# Earth Stove, Series 100



## pyroman (Apr 11, 2017)

Howdy, I am looking for an installation manual for my Earth Stove 100. I found some that were close to mine, but not for the Series 100. Can anyone help?


----------



## begreen (Apr 11, 2017)

The manual for the 101 is posted here. That may be as close as we can get.
https://www.hearth.com/talk/wiki/earthstove-100/


----------



## pyroman (Apr 11, 2017)

No sir, that is for a Model 101 / 105 stove. They were manufactured for mobile homes and had an air intake on the bottom. My air intake is on the upper back of the unit.
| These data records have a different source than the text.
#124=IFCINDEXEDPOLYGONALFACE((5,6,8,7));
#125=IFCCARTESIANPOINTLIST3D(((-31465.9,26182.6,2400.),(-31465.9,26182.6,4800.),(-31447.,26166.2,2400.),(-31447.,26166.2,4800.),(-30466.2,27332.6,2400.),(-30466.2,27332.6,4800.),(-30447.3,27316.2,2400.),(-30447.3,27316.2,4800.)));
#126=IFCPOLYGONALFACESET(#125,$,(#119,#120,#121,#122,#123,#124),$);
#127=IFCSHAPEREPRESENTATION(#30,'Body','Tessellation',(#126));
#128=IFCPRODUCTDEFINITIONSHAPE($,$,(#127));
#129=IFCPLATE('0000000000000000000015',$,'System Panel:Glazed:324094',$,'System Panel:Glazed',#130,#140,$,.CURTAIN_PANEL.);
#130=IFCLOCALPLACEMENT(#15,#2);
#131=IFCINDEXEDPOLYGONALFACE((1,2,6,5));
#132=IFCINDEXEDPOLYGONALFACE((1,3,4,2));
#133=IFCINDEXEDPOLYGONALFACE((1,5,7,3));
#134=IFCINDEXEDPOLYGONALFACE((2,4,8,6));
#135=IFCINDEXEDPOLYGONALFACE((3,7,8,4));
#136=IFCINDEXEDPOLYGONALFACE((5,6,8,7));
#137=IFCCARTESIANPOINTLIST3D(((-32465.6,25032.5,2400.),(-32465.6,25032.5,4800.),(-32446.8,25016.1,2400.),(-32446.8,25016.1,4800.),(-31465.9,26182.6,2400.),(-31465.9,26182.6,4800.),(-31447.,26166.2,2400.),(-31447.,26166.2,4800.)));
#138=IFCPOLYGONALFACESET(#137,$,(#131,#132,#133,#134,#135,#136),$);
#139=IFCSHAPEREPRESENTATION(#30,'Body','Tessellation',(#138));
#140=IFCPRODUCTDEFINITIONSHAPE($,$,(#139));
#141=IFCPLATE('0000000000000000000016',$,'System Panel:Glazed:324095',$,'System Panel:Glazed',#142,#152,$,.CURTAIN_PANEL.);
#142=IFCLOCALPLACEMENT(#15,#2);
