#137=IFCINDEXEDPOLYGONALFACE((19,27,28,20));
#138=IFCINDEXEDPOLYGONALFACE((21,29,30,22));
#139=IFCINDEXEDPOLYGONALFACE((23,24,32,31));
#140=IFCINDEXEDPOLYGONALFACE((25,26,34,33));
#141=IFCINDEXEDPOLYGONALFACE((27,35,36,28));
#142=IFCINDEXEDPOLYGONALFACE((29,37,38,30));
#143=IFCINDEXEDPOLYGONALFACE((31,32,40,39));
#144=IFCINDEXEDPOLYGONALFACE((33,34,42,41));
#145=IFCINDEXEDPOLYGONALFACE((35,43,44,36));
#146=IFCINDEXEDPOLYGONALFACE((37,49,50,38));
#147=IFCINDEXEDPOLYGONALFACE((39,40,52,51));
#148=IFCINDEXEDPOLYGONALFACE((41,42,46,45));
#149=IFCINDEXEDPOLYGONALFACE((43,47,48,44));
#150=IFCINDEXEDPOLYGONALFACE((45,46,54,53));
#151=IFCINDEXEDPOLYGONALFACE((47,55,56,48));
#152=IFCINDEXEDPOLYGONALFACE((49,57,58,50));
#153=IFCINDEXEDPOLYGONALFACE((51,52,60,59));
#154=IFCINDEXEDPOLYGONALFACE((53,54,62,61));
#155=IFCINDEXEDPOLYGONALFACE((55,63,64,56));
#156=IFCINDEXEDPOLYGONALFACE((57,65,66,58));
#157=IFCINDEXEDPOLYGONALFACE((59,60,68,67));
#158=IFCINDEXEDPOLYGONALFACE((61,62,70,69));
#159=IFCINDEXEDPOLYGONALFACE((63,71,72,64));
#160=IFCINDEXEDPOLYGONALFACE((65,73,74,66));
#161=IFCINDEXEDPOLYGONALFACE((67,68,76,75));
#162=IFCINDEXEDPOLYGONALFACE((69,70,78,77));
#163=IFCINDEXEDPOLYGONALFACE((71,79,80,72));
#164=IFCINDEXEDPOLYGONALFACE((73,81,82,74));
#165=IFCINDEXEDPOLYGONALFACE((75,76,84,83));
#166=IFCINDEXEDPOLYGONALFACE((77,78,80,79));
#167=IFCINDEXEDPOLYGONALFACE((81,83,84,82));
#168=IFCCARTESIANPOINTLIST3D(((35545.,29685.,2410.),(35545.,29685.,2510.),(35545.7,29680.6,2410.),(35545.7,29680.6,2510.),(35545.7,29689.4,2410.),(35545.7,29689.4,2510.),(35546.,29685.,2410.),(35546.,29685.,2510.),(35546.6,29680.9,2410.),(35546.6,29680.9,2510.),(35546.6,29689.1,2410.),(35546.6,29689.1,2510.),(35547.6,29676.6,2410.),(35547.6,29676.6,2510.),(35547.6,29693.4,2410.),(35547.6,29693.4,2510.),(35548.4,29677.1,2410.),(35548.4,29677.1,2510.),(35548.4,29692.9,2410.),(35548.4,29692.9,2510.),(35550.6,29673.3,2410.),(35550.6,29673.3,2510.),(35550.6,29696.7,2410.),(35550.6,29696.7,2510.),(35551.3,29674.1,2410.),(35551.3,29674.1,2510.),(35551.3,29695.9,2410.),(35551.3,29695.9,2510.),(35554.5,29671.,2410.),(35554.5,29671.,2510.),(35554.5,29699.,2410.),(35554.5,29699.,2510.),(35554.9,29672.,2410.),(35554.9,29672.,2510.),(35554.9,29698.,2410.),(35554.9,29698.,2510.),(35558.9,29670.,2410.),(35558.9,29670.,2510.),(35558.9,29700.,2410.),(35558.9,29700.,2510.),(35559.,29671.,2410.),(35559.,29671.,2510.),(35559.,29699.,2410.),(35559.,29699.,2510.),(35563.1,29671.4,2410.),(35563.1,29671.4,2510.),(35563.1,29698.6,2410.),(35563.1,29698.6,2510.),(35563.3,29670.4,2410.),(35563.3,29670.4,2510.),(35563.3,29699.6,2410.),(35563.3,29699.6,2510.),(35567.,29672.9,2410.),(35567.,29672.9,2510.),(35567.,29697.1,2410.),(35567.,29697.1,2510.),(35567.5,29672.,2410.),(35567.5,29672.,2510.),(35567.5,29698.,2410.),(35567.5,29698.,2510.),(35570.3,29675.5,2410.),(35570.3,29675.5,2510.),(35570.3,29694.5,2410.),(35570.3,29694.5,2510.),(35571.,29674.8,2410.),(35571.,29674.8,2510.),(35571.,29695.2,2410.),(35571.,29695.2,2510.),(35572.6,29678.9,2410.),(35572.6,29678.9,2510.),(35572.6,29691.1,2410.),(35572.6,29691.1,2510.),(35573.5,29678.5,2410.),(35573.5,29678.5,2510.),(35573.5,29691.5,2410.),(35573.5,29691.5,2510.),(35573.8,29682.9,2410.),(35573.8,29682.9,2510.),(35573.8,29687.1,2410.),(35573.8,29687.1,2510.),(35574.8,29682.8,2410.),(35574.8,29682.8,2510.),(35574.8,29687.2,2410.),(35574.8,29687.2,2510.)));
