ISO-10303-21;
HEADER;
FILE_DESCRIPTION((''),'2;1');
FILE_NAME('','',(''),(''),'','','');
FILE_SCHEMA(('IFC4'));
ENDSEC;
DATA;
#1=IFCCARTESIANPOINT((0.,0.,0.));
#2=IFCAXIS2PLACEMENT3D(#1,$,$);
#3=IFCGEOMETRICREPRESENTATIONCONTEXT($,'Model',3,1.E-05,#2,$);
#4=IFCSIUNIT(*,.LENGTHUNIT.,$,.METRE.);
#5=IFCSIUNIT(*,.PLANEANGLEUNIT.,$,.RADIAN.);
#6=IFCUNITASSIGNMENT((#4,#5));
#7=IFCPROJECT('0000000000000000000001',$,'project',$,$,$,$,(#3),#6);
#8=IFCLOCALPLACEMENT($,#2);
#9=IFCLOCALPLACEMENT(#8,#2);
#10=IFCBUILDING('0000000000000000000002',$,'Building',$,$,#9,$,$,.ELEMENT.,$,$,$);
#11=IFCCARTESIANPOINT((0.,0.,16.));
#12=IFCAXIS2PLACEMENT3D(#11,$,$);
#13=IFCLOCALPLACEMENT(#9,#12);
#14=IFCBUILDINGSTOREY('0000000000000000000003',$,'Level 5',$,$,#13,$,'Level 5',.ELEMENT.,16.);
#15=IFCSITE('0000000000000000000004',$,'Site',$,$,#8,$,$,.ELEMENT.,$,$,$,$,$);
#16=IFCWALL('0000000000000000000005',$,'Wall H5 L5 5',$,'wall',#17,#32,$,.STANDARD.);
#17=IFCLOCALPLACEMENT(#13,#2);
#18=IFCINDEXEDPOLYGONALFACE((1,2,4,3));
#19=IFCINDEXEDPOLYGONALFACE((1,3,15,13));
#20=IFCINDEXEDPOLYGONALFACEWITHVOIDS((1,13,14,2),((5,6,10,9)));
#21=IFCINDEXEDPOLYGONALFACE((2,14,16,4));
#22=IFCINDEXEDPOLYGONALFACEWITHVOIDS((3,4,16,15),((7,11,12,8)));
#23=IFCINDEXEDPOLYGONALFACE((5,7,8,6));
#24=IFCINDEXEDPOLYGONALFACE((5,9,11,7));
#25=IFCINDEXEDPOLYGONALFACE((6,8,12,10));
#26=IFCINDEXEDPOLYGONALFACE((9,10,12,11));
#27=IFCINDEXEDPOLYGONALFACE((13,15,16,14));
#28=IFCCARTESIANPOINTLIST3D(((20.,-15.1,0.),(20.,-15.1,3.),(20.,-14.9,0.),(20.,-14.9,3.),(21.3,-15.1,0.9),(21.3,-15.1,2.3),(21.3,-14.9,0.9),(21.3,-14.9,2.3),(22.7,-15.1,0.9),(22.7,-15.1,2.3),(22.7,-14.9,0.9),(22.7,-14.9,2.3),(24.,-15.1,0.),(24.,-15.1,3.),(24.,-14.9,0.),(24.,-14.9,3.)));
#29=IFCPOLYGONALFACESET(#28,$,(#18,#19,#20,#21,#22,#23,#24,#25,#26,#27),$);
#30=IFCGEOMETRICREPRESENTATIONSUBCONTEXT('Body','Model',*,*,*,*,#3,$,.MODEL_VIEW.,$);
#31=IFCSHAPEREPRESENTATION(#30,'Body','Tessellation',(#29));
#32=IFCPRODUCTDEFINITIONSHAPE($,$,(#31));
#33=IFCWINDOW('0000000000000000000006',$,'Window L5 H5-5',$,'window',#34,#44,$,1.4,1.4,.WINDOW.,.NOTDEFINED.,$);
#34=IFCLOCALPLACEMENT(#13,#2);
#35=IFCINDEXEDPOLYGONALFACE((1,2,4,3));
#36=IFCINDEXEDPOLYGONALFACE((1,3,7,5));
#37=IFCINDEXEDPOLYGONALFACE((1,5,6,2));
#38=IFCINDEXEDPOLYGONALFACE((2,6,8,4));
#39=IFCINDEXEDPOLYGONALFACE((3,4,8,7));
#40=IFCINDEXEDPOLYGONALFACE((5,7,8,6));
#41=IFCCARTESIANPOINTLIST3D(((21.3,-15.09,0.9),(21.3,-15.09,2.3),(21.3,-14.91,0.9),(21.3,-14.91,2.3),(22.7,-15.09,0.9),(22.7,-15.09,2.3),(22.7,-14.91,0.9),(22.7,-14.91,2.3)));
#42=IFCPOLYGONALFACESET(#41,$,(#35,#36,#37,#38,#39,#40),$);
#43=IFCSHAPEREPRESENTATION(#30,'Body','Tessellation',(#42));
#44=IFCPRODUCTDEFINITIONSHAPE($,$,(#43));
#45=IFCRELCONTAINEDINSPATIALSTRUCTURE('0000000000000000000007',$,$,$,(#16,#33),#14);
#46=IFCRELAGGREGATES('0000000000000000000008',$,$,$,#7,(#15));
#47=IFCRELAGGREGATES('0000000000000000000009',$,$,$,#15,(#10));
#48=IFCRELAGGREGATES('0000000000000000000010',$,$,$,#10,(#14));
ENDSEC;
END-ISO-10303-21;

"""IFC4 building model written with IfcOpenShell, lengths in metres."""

from ifc_helpers import new_model, si_unit, frame, frame_2d, origin, origin_2d, place, context, subcontext, project, spatial, rectangle, extrude, element, fill, save


model = new_model("IFC4")

# Units and contexts
model_context = context("Model", 3, precision=1e-05, world=origin())
body_context = subcontext(model_context, "Body", "Model", "MODEL_VIEW")
ifc_project = project(units=[si_unit("LENGTHUNIT", "METRE"), si_unit("PLANEANGLEUNIT", "RADIAN")], contexts=[model_context])

# Site, building, storey
site_placement = place(None, origin())
site = spatial("IfcSite", under=ifc_project, at=site_placement, Name="Site", CompositionType="ELEMENT")
building_placement = place(site_placement, origin())
building = spatial("IfcBuilding", under=site, at=building_placement, Name="Building", CompositionType="ELEMENT")
storey_placement = place(building_placement, frame((0.0, 0.0, 16.0)))
storey = spatial("IfcBuildingStorey", under=building, at=storey_placement, Name="Level 5", LongName="Level 5", CompositionType="ELEMENT", Elevation=16.0)

# Wall, opening, window
wall_1_placement = place(storey_placement, frame((20.0, -15.0, 0.0), z_axis=(0.0, 0.0, 1.0), x_axis=(1.0, 0.0, 0.0)))
wall_1 = element("IfcWall", 1, at=wall_1_placement, inside=storey, Name="Wall H5 L5 5", ObjectType="wall", PredefinedType="STANDARD", context=body_context, shape_type="SweptSolid", body=[
    extrude(rectangle(XDim=4.0, YDim=0.2, at=frame_2d((2.0, 0.0))), origin(), (0.0, 0.0, 1.0), 3.0),
])
opening_1_placement = place(storey_placement, frame((22.0, -15.0, 0.9), z_axis=(0.0, 0.0, 1.0), x_axis=(1.0, 0.0, 0.0)))
opening_1 = element("IfcOpeningElement", 2, at=opening_1_placement, cuts=wall_1, ObjectType="Opening", PredefinedType="OPENING", context=body_context, shape_type="SweptSolid", body=[
    extrude(rectangle(XDim=1.4, YDim=0.22, at=origin_2d()), origin(), (0.0, 0.0, 1.0), 1.4),
])
window_1_placement = place(storey_placement, frame((22.0, -15.0, 0.9), z_axis=(0.0, 0.0, 1.0), x_axis=(1.0, 0.0, 0.0)))
window_1 = element("IfcWindow", 3, at=window_1_placement, inside=storey, Name="Window L5 H5-5", ObjectType="window", OverallHeight=1.4, OverallWidth=1.4, PartitioningType="NOTDEFINED", PredefinedType="WINDOW", context=body_context, shape_type="SweptSolid", body=[
    extrude(rectangle(XDim=1.4, YDim=0.18, at=origin_2d()), origin(), (0.0, 0.0, 1.0), 1.4),
])
fill(opening_1, window_1)

save(model, "model.ifc")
It is close, but not the Model 100.


----------



## Richfire (Jun 25, 2019)

I read that Webbie posted manuals for both the 101 and 100. I only found the 101. Anybody know where I can find the 100?


----------



## evanwhat (Oct 1, 2019)

Richfire said:


> I read that Webbie posted manuals for both the 101 and 100. I only found the 101. Anybody know where I can find the 100?


I second this!  Seems like they were linked on different threads from years before, but they're all link-dead now. 

One was posted on this thread, but when I follow the link there, I'm redirected to a page with a xenForo  login prompt and when I login again, I'm denied access because I need admin privileges.

@Richfire did you have any luck since you last asked?


----------